I ended up adding a manual throttle control cable (any auto parts store has them) and a digital tachometer to my Predatoro 521. It's quite useful to be able to see and adjust engine speed from the control panel. I can use it for any snow depth. 3600 rpm is a good all-around engine speed and I bump it to 4200 rpm for deep snow or long throwing distances.


----------



## Oneacer (Jan 3, 2011)

Snow blowers, lawnmowers, etc are designed to work at full throttle.

If you can not adjust your speed selector, then use the clutch, or take smaller bites.


----------



## Oneacer (Jan 3, 2011)

Tuning the clutch ???

The clutch, i.e. the friction disc coming into contact with the drive plate, should have a nice firm grip. This will not have anything to do with the speed. 

The speed is controlled by the position of contact which the friction disc makes with the drive plate. Some machines have the ability to adjust where it makes contact, some not.


----------



## gellfex (Oct 2, 2018)

oneacer said:


> Snow blowers, lawnmowers, etc are designed to work at full throttle.
> 
> If you can not adjust your speed selector, then use the clutch, or take smaller bites.

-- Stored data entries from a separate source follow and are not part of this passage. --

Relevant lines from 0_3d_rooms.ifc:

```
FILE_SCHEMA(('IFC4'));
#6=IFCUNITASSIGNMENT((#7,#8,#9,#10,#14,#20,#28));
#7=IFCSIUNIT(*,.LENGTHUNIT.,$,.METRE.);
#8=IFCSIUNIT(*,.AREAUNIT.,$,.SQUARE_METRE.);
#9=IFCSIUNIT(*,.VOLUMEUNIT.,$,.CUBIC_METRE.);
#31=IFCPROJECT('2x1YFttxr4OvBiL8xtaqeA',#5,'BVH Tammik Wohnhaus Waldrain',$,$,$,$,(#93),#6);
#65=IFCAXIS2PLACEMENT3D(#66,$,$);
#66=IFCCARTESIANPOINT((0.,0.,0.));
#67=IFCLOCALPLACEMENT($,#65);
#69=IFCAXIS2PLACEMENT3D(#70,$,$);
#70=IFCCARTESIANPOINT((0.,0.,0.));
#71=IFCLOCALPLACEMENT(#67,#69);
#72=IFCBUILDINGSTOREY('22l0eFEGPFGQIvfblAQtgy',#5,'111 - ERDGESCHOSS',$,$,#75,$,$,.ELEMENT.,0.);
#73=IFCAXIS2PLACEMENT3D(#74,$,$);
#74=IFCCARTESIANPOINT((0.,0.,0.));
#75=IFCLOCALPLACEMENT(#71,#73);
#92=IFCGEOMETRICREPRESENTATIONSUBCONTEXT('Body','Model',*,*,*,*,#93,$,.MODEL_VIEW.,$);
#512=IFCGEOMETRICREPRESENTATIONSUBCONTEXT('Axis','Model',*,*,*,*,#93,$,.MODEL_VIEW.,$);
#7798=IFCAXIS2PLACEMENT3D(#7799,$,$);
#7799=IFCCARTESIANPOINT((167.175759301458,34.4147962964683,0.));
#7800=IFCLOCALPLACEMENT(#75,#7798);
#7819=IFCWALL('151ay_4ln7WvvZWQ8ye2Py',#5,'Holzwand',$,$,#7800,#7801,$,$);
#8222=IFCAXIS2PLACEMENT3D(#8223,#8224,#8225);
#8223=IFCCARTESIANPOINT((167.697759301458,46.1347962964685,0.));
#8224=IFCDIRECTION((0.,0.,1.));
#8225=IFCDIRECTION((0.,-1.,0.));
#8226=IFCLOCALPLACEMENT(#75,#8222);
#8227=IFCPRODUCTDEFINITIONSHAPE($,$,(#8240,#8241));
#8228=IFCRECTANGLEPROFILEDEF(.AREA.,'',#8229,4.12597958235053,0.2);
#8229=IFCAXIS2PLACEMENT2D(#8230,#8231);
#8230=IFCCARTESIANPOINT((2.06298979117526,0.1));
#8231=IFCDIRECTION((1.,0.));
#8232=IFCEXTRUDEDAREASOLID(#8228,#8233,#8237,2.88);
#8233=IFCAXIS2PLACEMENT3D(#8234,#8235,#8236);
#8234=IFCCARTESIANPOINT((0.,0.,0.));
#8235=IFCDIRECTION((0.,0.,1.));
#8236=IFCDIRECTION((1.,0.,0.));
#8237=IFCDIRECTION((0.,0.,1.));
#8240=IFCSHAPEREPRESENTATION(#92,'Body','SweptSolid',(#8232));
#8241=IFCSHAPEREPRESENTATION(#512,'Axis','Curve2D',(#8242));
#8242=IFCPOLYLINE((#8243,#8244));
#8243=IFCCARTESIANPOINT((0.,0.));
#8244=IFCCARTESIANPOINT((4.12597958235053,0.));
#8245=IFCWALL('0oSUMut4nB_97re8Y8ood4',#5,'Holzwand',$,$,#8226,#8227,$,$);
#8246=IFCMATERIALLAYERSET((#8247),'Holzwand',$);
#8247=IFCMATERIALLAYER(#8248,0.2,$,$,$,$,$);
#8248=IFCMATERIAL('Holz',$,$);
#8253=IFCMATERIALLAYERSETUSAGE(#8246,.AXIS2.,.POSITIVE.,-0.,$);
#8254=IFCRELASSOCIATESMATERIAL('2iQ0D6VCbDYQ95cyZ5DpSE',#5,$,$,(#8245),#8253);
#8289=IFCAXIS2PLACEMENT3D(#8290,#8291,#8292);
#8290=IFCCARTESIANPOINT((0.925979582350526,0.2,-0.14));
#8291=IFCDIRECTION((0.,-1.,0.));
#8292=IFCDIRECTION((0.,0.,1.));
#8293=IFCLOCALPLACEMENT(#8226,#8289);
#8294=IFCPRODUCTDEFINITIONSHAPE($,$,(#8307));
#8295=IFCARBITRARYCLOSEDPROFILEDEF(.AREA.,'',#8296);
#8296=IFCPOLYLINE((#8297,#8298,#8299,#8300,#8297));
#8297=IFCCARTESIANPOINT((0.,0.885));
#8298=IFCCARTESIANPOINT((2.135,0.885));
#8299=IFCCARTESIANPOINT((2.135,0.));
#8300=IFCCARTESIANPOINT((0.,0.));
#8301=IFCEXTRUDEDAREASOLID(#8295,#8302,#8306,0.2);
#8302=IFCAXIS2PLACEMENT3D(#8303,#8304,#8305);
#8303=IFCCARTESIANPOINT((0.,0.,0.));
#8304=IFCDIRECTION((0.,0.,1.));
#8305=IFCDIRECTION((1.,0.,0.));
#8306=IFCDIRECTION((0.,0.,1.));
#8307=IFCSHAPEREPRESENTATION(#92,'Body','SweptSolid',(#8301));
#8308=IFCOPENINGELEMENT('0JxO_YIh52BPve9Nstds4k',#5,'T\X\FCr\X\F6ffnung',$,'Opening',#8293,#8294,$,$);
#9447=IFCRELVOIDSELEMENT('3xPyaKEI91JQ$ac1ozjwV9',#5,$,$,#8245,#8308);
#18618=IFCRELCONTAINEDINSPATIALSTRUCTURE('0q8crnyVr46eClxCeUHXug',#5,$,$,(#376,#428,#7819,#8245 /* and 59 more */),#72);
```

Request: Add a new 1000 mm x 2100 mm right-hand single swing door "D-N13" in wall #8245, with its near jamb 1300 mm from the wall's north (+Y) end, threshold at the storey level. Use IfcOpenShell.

```python
import numpy as np
import ifcopenshell
import ifcopenshell.api.feature
import ifcopenshell.api.geometry
import ifcopenshell.api.root
import ifcopenshell.api.spatial
import ifcopenshell.geom
import ifcopenshell.util.element
import ifcopenshell.util.placement
import ifcopenshell.util.representation
import ifcopenshell.util.shape
import ifcopenshell.util.unit

model = ifcopenshell.open("0_3d_rooms.ifc")
unit_scale = ifcopenshell.util.unit.calculate_unit_scale(model)
settings = ifcopenshell.geom.settings()


def volume(element):
    """Net volume in cubic metres, openings subtracted."""
    shape = ifcopenshell.geom.create_shape(settings, element)
    return ifcopenshell.util.shape.get_volume(shape.geometry)


wall = model.by_guid("0oSUMut4nB_97re8Y8ood4")
storey = ifcopenshell.util.element.get_container(wall, ifc_class="IfcBuildingStorey")
context = ifcopenshell.util.representation.get_context(model, "Model", "Body", "MODEL_VIEW")
before = volume(wall)

width, height, from_end, sill = 1, 2.1, 1.3, 0.0  # metres

# The wall runs along its own X axis, and the end named is its -X end.
wall_shape = ifcopenshell.geom.create_shape(settings, wall)
x, y, z = ifcopenshell.util.shape.get_vertices(wall_shape.geometry).T
start = x.min() + from_end
face, thickness = float(y.min()), float(y.max() - y.min())
wall_matrix = ifcopenshell.util.placement.get_local_placement(wall.ObjectPlacement)
level = ifcopenshell.util.placement.get_local_placement(storey.ObjectPlacement)[2, 3]


def in_wall(x, y):
    """Placement at x, y metres in the wall's axes, at sill height."""
    matrix = wall_matrix.copy()
    matrix[:, 3] = wall_matrix @ np.array([x / unit_scale, y / unit_scale, 0.0, 1.0])
    matrix[2, 3] = level + sill / unit_scale
    return matrix


# Opening: a box that overshoots both wall faces by 50 mm.
opening = ifcopenshell.api.root.create_entity(model, ifc_class="IfcOpeningElement", predefined_type="OPENING")
box = ifcopenshell.api.geometry.add_wall_representation(
    model, context=context, length=width, height=height, thickness=thickness + 0.1
)
ifcopenshell.api.geometry.assign_representation(model, product=opening, representation=box)
ifcopenshell.api.geometry.edit_object_placement(model, product=opening, matrix=in_wall(start, face - 0.05), is_si=False)
ifcopenshell.api.feature.add_feature(model, feature=opening, element=wall)

door = ifcopenshell.api.root.create_entity(model, ifc_class="IfcDoor", name="D-N13", predefined_type="DOOR")
door.OverallWidth, door.OverallHeight = width / unit_scale, height / unit_scale
door.OperationType = "SINGLE_SWING_RIGHT"
body = ifcopenshell.api.geometry.add_door_representation(
    model,
    context=context,
    overall_width=door.OverallWidth,
    overall_height=door.OverallHeight,
    operation_type="SINGLE_SWING_RIGHT",
    lining_properties={"LiningDepth": thickness / unit_scale, "ThresholdDepth": thickness / unit_scale},
)
ifcopenshell.api.geometry.assign_representation(model, product=door, representation=body)
ifcopenshell.api.spatial.assign_container(model, products=[door], relating_structure=storey)
ifcopenshell.api.feature.add_filling(model, opening=opening, element=door)

# The lining spans the wall, so the door starts at the wall face.
ifcopenshell.api.geometry.edit_object_placement(model, product=door, matrix=in_wall(start, face), is_si=False)

after = volume(wall)

print(f"wall volume {before:.3f} -> {after:.3f} m3")

model.write("0_3d_rooms_v2.ifc")
```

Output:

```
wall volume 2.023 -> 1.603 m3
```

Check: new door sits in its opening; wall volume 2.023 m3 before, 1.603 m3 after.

Yes, I want to keep full throttle but slow down the wheels. Because of the Predator it's moving faster than designed even at the lowest speed setting. And yes, I either use the clutch and advance a few inches at a time, or like what I mostly did yesterday, took 4" slices off at a time. It would be great to be able to halve the whole speed range.


----------



## Shryp (Jan 1, 2011)

A smaller pulley on the engine going to the wheels would slow it down.


----------



## gellfex (Oct 2, 2018)

Shryp said:


> A smaller pulley on the engine going to the wheels would slow it down.


That would not work with the transmission design of this blower. One pulley off the engine. To slow the wheels and not the blower I think I'd need to change the gears from the variable transmission to the axle. I wish I had taken pics when I had it open.


----------



## db130 (Feb 16, 2013)

yoda said:


> I bump it to 4200 rpm for deep snow or long throwing distances.


I'm going to try this on my own Hemi 521 next time it snows. I have it at 3600.


----------



## deezlfan (Nov 8, 2017)

> That would not work with the transmission design of this blower. One pulley off the engine. To slow the wheels and not the blower


Are you saying that because you have a single pulley with two grooves that drives both belts at once? Swapping that out for two separate pulleys mounted side by side should work if you can get a smaller diameter pulley for the drive.


----------



## paulm12 (May 22, 2015)

yes it is a one piece, 2 slot pulley on many 80s and 90s mid frame Toros. 2 separate pulleys could work as deezlfan wrote. 

tx


----------